## Your assignment
Write out again the entries from the first line to the line that includes "#128=IFCINDEXEDPOLYGONALFACE((2,6,8,4));", keeping both of those lines.
┄┄┄┄┄┄┄┄┄┄┄┄┄┄┄┄┄┄┄┄
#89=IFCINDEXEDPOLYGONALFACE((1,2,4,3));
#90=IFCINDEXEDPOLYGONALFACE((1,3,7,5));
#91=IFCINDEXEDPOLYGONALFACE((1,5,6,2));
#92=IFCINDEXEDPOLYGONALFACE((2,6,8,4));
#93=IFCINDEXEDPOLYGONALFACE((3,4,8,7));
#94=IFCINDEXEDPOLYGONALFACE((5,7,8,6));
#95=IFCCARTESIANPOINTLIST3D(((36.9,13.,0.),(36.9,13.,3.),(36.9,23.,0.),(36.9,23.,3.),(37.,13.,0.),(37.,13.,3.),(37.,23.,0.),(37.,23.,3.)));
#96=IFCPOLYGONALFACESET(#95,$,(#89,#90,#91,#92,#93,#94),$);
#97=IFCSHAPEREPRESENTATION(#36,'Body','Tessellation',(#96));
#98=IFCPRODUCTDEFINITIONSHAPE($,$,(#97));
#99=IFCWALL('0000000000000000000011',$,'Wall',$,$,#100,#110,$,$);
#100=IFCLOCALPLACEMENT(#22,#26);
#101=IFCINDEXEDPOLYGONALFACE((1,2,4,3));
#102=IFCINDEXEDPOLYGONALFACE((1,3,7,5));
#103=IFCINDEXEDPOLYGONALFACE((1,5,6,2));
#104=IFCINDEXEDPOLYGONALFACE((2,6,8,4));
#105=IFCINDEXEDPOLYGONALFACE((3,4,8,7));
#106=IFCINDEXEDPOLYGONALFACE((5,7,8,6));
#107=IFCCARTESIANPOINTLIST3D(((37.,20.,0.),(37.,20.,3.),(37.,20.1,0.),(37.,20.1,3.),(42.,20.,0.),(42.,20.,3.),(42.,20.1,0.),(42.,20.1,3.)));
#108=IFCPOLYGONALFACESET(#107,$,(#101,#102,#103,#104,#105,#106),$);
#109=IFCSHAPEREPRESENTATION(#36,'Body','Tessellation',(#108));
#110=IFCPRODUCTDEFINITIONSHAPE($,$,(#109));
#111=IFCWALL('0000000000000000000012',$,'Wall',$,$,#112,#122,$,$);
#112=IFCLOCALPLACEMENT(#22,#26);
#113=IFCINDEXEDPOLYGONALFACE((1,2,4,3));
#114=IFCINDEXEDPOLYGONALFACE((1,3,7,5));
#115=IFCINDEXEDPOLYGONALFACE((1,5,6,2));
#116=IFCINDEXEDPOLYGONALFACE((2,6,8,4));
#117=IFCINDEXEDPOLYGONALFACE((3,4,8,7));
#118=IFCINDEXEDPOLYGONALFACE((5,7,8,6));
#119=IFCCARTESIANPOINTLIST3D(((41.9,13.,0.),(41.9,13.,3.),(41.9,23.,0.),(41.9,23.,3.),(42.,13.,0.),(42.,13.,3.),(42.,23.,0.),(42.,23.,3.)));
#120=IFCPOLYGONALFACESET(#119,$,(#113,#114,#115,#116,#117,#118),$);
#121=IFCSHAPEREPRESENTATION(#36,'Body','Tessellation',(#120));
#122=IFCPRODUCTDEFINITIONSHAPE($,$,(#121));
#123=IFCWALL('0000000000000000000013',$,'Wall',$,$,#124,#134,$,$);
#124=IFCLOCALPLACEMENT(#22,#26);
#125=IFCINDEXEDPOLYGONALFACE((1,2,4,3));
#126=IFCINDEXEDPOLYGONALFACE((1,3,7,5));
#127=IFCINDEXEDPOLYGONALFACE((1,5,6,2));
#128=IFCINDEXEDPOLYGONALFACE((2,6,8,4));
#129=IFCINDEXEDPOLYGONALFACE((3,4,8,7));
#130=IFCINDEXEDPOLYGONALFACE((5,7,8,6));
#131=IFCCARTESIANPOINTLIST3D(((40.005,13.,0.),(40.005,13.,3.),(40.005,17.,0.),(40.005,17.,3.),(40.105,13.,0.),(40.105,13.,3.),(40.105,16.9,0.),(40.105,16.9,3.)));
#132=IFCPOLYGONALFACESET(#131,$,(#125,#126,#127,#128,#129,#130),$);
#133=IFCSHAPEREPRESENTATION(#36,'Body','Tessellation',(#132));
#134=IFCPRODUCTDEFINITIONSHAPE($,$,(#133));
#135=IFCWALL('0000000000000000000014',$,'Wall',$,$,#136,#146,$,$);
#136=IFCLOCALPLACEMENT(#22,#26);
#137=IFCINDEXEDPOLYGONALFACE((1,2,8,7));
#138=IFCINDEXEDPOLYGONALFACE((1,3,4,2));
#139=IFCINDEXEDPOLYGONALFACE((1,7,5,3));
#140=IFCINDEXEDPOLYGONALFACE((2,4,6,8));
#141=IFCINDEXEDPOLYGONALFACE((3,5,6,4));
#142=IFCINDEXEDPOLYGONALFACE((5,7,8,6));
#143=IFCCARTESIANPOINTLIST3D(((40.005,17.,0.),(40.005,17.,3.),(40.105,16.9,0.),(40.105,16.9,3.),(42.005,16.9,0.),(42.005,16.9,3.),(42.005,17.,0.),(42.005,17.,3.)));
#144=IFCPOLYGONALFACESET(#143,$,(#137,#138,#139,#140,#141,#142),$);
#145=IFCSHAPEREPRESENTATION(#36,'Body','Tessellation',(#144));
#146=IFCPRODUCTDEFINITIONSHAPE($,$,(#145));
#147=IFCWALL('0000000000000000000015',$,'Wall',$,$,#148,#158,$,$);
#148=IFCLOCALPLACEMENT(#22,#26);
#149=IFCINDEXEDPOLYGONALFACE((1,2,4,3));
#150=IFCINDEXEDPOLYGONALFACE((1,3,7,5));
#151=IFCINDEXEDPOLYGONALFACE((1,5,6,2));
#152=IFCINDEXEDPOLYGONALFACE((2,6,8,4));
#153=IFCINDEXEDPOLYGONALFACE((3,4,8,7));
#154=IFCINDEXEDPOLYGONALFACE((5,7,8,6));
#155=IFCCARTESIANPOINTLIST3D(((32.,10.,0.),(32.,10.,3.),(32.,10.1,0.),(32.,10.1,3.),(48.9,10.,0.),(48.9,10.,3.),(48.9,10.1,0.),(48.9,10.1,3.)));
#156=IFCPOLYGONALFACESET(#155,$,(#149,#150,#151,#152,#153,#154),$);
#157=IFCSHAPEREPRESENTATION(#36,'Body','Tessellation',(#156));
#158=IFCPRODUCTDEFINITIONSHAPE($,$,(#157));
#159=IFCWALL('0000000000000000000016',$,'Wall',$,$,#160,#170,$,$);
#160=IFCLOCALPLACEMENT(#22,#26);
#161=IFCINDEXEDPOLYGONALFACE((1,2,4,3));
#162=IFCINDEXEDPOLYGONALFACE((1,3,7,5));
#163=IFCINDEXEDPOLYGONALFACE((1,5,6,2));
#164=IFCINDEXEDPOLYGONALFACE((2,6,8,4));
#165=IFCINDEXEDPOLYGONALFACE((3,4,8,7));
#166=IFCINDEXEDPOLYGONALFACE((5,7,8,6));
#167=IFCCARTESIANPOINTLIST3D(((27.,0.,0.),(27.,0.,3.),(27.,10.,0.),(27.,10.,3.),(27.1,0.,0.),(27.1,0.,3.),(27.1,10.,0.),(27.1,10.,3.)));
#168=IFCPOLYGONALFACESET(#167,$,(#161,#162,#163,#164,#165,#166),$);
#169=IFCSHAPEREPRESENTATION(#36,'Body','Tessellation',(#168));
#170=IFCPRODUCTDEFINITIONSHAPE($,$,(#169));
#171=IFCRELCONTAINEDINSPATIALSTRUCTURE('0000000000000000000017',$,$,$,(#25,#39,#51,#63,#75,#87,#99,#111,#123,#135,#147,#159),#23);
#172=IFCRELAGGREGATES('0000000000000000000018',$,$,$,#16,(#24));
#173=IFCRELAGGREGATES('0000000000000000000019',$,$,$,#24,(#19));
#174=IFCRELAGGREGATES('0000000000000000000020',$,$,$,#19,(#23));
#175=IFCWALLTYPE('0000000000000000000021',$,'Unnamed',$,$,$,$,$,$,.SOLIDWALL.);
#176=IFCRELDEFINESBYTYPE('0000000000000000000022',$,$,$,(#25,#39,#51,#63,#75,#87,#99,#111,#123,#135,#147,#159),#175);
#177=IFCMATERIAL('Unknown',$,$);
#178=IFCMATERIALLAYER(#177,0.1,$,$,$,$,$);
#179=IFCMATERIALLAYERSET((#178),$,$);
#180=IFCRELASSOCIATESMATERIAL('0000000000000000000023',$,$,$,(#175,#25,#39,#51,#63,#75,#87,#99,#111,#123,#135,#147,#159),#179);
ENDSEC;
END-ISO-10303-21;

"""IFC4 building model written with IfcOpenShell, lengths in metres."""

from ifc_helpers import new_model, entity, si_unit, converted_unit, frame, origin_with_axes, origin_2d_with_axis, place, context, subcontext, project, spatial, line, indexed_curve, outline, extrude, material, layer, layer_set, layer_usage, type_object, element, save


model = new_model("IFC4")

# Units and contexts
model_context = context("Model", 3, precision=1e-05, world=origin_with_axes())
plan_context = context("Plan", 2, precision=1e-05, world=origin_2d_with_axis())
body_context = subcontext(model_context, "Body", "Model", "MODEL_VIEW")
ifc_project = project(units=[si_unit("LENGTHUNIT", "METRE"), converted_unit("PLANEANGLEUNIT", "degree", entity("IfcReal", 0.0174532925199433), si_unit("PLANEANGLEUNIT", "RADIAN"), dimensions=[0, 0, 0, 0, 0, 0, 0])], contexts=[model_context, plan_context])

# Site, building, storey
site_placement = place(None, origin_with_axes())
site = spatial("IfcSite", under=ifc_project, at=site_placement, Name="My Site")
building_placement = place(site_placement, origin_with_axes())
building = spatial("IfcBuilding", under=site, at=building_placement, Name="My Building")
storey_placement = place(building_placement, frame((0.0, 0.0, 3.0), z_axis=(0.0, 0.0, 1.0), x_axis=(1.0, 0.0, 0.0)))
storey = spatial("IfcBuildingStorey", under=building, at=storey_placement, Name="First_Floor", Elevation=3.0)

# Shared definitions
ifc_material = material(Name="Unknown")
┄┄┄┄┄┄┄┄┄┄┄┄┄┄┄┄┄┄┄┄
## Expected answer
#89=IFCINDEXEDPOLYGONALFACE((1,2,4,3));
#90=IFCINDEXEDPOLYGONALFACE((1,3,7,5));
#91=IFCINDEXEDPOLYGONALFACE((1,5,6,2));
#92=IFCINDEXEDPOLYGONALFACE((2,6,8,4));
#93=IFCINDEXEDPOLYGONALFACE((3,4,8,7));
#94=IFCINDEXEDPOLYGONALFACE((5,7,8,6));
#95=IFCCARTESIANPOINTLIST3D(((36.9,13.,0.),(36.9,13.,3.),(36.9,23.,0.),(36.9,23.,3.),(37.,13.,0.),(37.,13.,3.),(37.,23.,0.),(37.,23.,3.)));
#96=IFCPOLYGONALFACESET(#95,$,(#89,#90,#91,#92,#93,#94),$);
#97=IFCSHAPEREPRESENTATION(#36,'Body','Tessellation',(#96));
#98=IFCPRODUCTDEFINITIONSHAPE($,$,(#97));
#99=IFCWALL('0000000000000000000011',$,'Wall',$,$,#100,#110,$,$);
#100=IFCLOCALPLACEMENT(#22,#26);
#101=IFCINDEXEDPOLYGONALFACE((1,2,4,3));
#102=IFCINDEXEDPOLYGONALFACE((1,3,7,5));
#103=IFCINDEXEDPOLYGONALFACE((1,5,6,2));
#104=IFCINDEXEDPOLYGONALFACE((2,6,8,4));
#105=IFCINDEXEDPOLYGONALFACE((3,4,8,7));
#106=IFCINDEXEDPOLYGONALFACE((5,7,8,6));
#107=IFCCARTESIANPOINTLIST3D(((37.,20.,0.),(37.,20.,3.),(37.,20.1,0.),(37.,20.1,3.),(42.,20.,0.),(42.,20.,3.),(42.,20.1,0.),(42.,20.1,3.)));
#108=IFCPOLYGONALFACESET(#107,$,(#101,#102,#103,#104,#105,#106),$);
#109=IFCSHAPEREPRESENTATION(#36,'Body','Tessellation',(#108));
#110=IFCPRODUCTDEFINITIONSHAPE($,$,(#109));
#111=IFCWALL('0000000000000000000012',$,'Wall',$,$,#112,#122,$,$);
#112=IFCLOCALPLACEMENT(#22,#26);
#113=IFCINDEXEDPOLYGONALFACE((1,2,4,3));
#114=IFCINDEXEDPOLYGONALFACE((1,3,7,5));
#115=IFCINDEXEDPOLYGONALFACE((1,5,6,2));
#116=IFCINDEXEDPOLYGONALFACE((2,6,8,4));
#117=IFCINDEXEDPOLYGONALFACE((3,4,8,7));
#118=IFCINDEXEDPOLYGONALFACE((5,7,8,6));
#119=IFCCARTESIANPOINTLIST3D(((41.9,13.,0.),(41.9,13.,3.),(41.9,23.,0.),(41.9,23.,3.),(42.,13.,0.),(42.,13.,3.),(42.,23.,0.),(42.,23.,3.)));
#120=IFCPOLYGONALFACESET(#119,$,(#113,#114,#115,#116,#117,#118),$);
#121=IFCSHAPEREPRESENTATION(#36,'Body','Tessellation',(#120));
#122=IFCPRODUCTDEFINITIONSHAPE($,$,(#121));
#123=IFCWALL('0000000000000000000013',$,'Wall',$,$,#124,#134,$,$);
#124=IFCLOCALPLACEMENT(#22,#26);
#125=IFCINDEXEDPOLYGONALFACE((1,2,4,3));
#126=IFCINDEXEDPOLYGONALFACE((1,3,7,5));
#127=IFCINDEXEDPOLYGONALFACE((1,5,6,2));
#128=IFCINDEXEDPOLYGONALFACE((2,6,8,4));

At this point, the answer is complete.